Audio-visual (AV) learning is defined by delivering and applying instructional content that includes both sound and visual information. The natural relationship between visual observations and their accompanying sounds has shown strong self-supervision signals for learning video representations. That is why the massive amount of online videos has become a valuable source for self-supervised learning among research communities.
However, due to overdubbed audio, online videos frequently provide imperfectly aligned audio-visual signals. Therefore, the models trained on uncurated films have been shown to develop poorer representations as a result of the misalignment difficulties. The existing techniques typically rely on manually curated datasets with a predetermined taxonomy of semantic ideas, where the audio-visual connection is highly likely.
To overcome this gap, researchers from Seoul National University, NVIDIA and Microsoft have released an automatic dataset curation pipeline and a large video dataset for self-supervised audio-visual learning, termed ACAV100M (automatically curated audio-visual dataset). The dataset is made up of a massive number of uncurated web videos. The researchers took 140 million full-length videos and reduced them to 100 million segments with the best audio-visual correspondence.
The researchers designed the data collection procedure as a constrained optimization problem. They aimed at finding a subset that maximizes the total mutual information between the audio and visual channels in the videos. Mutual information (MI) measures how much knowing one variable reduces uncertainty about the other. As a result, a subset with the highest MI is likely to contain a large number of videos with audio-visual connections. Therefore, this method offers an excellent dataset for self-supervised learning.
It is possible to assess audio-visual MI for each video separately and generate a selection that delivers the maximum MI. However, due to mismatched audio-visual inputs, models trained on uncurated videos have suboptimal representations. Rather than measuring MI at the instance level, the team uses a set-based MI estimate.
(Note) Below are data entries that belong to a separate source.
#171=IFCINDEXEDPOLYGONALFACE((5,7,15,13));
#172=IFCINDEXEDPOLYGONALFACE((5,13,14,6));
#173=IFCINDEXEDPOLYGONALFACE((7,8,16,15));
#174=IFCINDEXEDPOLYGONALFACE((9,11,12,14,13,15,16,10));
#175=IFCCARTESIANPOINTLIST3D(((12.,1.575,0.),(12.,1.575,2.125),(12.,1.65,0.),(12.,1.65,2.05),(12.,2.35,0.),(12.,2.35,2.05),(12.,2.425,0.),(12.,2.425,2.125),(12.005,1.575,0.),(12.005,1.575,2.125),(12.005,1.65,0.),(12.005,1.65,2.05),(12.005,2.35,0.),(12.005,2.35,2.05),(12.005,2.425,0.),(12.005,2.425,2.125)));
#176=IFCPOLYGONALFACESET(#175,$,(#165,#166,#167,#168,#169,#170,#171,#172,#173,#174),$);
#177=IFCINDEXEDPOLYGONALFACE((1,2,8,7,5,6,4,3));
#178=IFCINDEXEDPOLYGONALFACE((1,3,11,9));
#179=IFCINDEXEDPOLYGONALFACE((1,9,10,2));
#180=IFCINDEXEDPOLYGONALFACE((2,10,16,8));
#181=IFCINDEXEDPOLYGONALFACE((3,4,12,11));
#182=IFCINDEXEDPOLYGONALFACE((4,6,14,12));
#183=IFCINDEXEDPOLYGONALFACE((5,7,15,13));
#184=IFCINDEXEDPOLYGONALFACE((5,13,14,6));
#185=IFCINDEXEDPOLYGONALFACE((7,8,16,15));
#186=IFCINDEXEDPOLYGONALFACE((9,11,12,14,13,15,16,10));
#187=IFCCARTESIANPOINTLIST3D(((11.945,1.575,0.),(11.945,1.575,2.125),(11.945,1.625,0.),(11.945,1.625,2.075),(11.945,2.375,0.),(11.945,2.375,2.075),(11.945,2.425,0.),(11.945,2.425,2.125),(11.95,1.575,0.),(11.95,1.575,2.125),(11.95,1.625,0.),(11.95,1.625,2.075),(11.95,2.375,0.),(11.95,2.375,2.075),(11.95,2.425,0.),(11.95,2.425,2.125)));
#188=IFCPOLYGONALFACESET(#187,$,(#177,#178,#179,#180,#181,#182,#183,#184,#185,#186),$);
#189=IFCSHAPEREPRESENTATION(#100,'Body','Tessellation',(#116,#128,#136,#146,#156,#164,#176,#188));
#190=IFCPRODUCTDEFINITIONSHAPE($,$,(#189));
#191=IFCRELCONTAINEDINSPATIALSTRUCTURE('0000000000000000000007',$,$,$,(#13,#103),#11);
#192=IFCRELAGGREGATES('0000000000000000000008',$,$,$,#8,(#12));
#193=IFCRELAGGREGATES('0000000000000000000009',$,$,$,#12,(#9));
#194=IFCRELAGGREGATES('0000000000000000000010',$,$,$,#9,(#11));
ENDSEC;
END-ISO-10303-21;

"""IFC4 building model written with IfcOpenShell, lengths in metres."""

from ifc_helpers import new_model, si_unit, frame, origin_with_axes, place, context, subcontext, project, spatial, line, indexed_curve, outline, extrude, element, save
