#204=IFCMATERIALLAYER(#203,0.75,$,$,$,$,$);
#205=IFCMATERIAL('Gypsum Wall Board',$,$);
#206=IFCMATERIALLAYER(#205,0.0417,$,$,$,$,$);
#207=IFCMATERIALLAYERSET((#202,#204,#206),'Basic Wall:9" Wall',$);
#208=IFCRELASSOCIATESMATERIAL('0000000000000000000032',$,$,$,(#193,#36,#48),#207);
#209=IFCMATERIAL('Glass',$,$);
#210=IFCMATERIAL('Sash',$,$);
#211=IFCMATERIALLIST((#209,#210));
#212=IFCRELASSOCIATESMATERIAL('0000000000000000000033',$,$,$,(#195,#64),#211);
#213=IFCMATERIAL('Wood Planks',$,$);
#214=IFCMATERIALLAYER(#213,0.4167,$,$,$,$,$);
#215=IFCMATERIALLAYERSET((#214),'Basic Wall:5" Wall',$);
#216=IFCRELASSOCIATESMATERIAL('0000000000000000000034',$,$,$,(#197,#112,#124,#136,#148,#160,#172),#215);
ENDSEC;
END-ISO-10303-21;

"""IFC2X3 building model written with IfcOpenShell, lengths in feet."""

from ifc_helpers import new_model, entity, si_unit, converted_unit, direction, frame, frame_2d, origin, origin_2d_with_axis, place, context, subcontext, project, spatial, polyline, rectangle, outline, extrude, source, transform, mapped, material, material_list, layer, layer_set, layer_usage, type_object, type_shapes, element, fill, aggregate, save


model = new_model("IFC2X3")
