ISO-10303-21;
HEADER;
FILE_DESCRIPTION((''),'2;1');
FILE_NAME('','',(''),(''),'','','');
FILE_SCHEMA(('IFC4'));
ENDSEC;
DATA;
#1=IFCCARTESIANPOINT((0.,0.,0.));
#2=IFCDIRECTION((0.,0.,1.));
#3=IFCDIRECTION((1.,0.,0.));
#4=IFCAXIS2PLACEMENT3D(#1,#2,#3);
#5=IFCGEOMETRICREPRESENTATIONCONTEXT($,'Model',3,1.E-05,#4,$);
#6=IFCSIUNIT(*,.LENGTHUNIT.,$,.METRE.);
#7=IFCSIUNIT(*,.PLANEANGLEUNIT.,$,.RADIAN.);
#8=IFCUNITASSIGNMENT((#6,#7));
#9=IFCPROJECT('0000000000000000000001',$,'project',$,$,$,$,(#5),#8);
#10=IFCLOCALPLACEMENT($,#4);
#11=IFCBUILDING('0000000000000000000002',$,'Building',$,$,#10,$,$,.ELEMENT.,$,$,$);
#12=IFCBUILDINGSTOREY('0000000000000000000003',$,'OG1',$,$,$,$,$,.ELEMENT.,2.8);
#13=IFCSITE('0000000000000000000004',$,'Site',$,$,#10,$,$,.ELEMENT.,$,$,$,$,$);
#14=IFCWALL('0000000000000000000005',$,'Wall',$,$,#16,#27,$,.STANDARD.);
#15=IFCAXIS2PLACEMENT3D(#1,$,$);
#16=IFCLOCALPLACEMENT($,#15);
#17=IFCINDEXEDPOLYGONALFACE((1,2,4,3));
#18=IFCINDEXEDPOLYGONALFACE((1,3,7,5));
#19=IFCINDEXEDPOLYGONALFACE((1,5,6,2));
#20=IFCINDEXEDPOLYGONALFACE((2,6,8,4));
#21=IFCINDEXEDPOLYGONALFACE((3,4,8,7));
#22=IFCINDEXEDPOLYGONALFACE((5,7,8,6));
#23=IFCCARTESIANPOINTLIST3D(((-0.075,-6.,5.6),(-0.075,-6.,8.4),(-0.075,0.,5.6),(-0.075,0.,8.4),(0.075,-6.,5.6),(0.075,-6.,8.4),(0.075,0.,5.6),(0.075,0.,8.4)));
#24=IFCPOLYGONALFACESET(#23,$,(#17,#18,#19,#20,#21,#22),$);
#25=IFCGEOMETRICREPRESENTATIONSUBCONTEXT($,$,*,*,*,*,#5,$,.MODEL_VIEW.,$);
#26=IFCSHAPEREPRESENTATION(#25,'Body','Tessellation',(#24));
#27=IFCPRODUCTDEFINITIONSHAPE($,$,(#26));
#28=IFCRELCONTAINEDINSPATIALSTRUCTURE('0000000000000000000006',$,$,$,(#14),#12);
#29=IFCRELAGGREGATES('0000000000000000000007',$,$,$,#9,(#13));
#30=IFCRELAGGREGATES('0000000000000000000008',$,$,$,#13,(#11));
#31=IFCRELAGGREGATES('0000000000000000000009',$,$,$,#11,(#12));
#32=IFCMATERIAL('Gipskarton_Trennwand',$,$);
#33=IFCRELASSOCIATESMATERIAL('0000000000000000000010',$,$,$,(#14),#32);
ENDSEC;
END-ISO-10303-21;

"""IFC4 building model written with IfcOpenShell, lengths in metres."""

from ifc_helpers import new_model, si_unit, frame, frame_2d, origin, origin_with_axes, place, context, subcontext, project, spatial, rectangle, extrude, material, element, save


model = new_model("IFC4")

# Units and contexts
model_context = context("Model", 3, precision=1e-05, world=origin_with_axes())
sub_context = subcontext(model_context, None, None, "MODEL_VIEW")
ifc_project = project(units=[si_unit("LENGTHUNIT", "METRE"), si_unit("PLANEANGLEUNIT", "RADIAN")], contexts=[model_context])

# Site, building, storey
placement_1 = place(None, origin_with_axes())
site = spatial("IfcSite", under=ifc_project, at=placement_1, Name="Site", CompositionType="ELEMENT")
building = spatial("IfcBuilding", under=site, at=placement_1, Name="Building", CompositionType="ELEMENT")
storey = spatial("IfcBuildingStorey", under=building, Name="OG1", CompositionType="ELEMENT", Elevation=2.8)

# Wall
ifc_material = material(Name="Gipskarton_Trennwand")
placement_2 = place(None, origin_with_axes())
placement_3 = place(placement_2, frame((0.0, 0.0, 2.8)))
wall_placement = place(placement_3, frame((0.0, -6.0, 2.8), x_axis=(0.0, 1.0, 0.0)))
element("IfcWall", 1, at=wall_placement, inside=storey, material=ifc_material, Name="Wall", PredefinedType="STANDARD", context=sub_context, shape_type="SweptSolid", body=[
    extrude(rectangle(XDim=6.0, YDim=0.15, at=frame_2d((3.0, 0.0))), origin(), (0.0, 0.0, 1.0), 2.8),
])

save(model, "model.ifc")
This method quantifies the information shared by two dataset clustering assignments.
The researchers cluster the videos according to audio and visual signals and then calculate the MI using a contingency table that encodes the overlap between the audio and visual clusters. The findings show that this set-based approach is more resistant to real-world noise, allowing it to produce datasets with better audio-visual correspondence compared to instance-based MI estimates.
The researchers compare their dataset to video datasets extensively utilized in self-supervised learning to assess its efficiency in self-supervised audio-visual learning. For this, they use contrastive learning to pre-train identical models on various datasets and the conventional benchmarks to complete linear evaluation. According to the findings, the models pre-trained on the datasets outperforms models pre-trained on existing datasets that require human annotation or manual verification. This demonstrates that the datasets generated by the proposed method provide audio-visual correspondence required for self-supervised methods.